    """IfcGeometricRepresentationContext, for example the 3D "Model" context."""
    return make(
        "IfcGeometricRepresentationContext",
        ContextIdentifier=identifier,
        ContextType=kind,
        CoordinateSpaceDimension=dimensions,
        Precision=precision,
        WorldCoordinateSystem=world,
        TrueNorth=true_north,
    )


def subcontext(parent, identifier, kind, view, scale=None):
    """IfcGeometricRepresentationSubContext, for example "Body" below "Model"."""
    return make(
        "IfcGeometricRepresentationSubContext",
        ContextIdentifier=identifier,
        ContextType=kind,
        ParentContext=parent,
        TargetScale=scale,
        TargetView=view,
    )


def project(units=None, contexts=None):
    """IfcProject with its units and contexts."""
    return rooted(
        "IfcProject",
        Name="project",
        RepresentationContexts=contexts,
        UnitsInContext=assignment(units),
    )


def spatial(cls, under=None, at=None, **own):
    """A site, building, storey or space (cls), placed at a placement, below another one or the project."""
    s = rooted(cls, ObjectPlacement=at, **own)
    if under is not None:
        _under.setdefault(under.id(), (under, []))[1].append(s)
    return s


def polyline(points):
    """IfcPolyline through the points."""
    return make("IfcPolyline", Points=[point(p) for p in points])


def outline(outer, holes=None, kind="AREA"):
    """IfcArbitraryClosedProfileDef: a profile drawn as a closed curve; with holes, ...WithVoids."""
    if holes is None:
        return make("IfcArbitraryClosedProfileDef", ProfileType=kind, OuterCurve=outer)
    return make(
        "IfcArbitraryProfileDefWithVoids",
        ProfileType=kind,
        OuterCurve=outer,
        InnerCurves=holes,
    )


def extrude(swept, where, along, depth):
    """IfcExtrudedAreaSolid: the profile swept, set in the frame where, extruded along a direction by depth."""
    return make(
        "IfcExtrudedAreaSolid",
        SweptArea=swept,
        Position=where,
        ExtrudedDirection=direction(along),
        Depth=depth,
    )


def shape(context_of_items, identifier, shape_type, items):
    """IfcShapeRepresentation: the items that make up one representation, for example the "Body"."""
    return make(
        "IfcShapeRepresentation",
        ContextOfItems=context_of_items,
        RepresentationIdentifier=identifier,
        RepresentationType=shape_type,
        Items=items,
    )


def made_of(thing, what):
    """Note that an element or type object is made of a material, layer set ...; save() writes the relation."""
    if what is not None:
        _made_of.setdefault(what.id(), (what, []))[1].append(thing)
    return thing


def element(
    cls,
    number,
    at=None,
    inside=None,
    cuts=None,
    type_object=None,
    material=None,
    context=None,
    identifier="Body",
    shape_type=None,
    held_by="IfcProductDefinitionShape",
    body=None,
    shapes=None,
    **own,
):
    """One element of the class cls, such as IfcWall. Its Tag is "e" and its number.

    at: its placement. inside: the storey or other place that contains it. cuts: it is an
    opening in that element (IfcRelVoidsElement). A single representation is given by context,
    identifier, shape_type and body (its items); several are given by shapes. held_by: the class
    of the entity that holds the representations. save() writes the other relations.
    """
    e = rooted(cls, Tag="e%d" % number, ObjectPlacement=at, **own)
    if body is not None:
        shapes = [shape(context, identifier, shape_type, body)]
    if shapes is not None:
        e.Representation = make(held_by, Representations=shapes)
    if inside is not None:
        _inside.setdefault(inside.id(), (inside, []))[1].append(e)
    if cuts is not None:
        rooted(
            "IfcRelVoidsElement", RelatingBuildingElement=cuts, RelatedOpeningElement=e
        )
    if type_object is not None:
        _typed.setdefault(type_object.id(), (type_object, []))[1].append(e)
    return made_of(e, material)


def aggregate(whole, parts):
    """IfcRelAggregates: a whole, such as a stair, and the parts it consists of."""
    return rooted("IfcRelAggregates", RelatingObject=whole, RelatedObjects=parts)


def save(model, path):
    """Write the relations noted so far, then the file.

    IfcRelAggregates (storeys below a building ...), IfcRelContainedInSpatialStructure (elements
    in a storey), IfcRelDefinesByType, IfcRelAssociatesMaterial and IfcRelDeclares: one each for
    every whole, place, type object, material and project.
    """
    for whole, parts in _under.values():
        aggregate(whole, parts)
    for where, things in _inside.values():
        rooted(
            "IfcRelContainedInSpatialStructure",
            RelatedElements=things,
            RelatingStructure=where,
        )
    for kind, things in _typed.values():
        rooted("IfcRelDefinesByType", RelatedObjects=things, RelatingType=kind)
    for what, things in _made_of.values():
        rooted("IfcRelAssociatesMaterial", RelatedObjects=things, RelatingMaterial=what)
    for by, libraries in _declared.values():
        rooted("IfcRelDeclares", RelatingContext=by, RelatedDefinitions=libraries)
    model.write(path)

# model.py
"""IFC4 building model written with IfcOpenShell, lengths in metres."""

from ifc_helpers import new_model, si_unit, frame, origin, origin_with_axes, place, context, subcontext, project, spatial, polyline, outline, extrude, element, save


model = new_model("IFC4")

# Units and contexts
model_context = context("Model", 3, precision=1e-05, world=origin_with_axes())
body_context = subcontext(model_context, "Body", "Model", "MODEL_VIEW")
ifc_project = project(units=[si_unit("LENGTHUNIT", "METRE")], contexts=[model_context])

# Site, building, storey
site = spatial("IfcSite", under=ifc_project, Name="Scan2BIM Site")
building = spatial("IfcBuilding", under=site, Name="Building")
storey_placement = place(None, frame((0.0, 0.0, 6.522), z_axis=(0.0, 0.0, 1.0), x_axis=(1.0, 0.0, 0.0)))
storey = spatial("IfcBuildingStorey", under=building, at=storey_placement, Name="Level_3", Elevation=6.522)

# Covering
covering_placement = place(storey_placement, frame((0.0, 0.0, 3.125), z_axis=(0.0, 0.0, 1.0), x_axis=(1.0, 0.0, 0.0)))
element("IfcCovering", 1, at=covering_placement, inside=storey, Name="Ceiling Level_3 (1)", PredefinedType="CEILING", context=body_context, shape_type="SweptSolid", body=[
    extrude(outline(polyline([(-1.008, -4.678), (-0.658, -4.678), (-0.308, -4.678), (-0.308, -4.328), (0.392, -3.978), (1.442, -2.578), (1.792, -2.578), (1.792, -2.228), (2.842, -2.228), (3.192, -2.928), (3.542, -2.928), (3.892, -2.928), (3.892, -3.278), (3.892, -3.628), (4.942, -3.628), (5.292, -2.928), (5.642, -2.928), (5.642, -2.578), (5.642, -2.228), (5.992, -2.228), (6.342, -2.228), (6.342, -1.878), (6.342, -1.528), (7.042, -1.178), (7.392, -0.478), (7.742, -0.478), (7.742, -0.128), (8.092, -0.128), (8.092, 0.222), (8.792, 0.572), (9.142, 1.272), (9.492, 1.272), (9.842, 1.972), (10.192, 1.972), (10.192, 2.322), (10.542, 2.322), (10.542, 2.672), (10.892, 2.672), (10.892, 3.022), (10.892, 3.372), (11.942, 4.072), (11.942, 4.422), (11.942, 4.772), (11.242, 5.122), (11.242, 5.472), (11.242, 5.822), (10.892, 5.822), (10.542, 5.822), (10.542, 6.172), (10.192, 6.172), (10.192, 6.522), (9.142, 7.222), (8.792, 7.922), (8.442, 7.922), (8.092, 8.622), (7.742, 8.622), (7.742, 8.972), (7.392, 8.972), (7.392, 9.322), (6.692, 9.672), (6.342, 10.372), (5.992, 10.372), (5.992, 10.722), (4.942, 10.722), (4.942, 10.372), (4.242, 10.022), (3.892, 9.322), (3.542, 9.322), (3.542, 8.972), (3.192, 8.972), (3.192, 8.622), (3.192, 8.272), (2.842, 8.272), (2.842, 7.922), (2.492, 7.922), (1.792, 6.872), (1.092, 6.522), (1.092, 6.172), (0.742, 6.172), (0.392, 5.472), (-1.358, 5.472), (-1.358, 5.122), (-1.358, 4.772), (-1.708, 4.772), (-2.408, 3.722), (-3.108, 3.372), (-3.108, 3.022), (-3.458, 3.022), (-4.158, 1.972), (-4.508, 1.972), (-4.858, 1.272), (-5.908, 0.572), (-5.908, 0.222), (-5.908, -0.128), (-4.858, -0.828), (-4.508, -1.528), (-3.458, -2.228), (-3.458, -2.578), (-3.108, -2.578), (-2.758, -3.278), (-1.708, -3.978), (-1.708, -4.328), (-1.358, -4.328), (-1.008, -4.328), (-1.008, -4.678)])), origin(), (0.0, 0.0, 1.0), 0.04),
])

▶ Exercise details:
Please state how many lines in the preceding material contain the word "append", with no other output.

▶ Your response:
4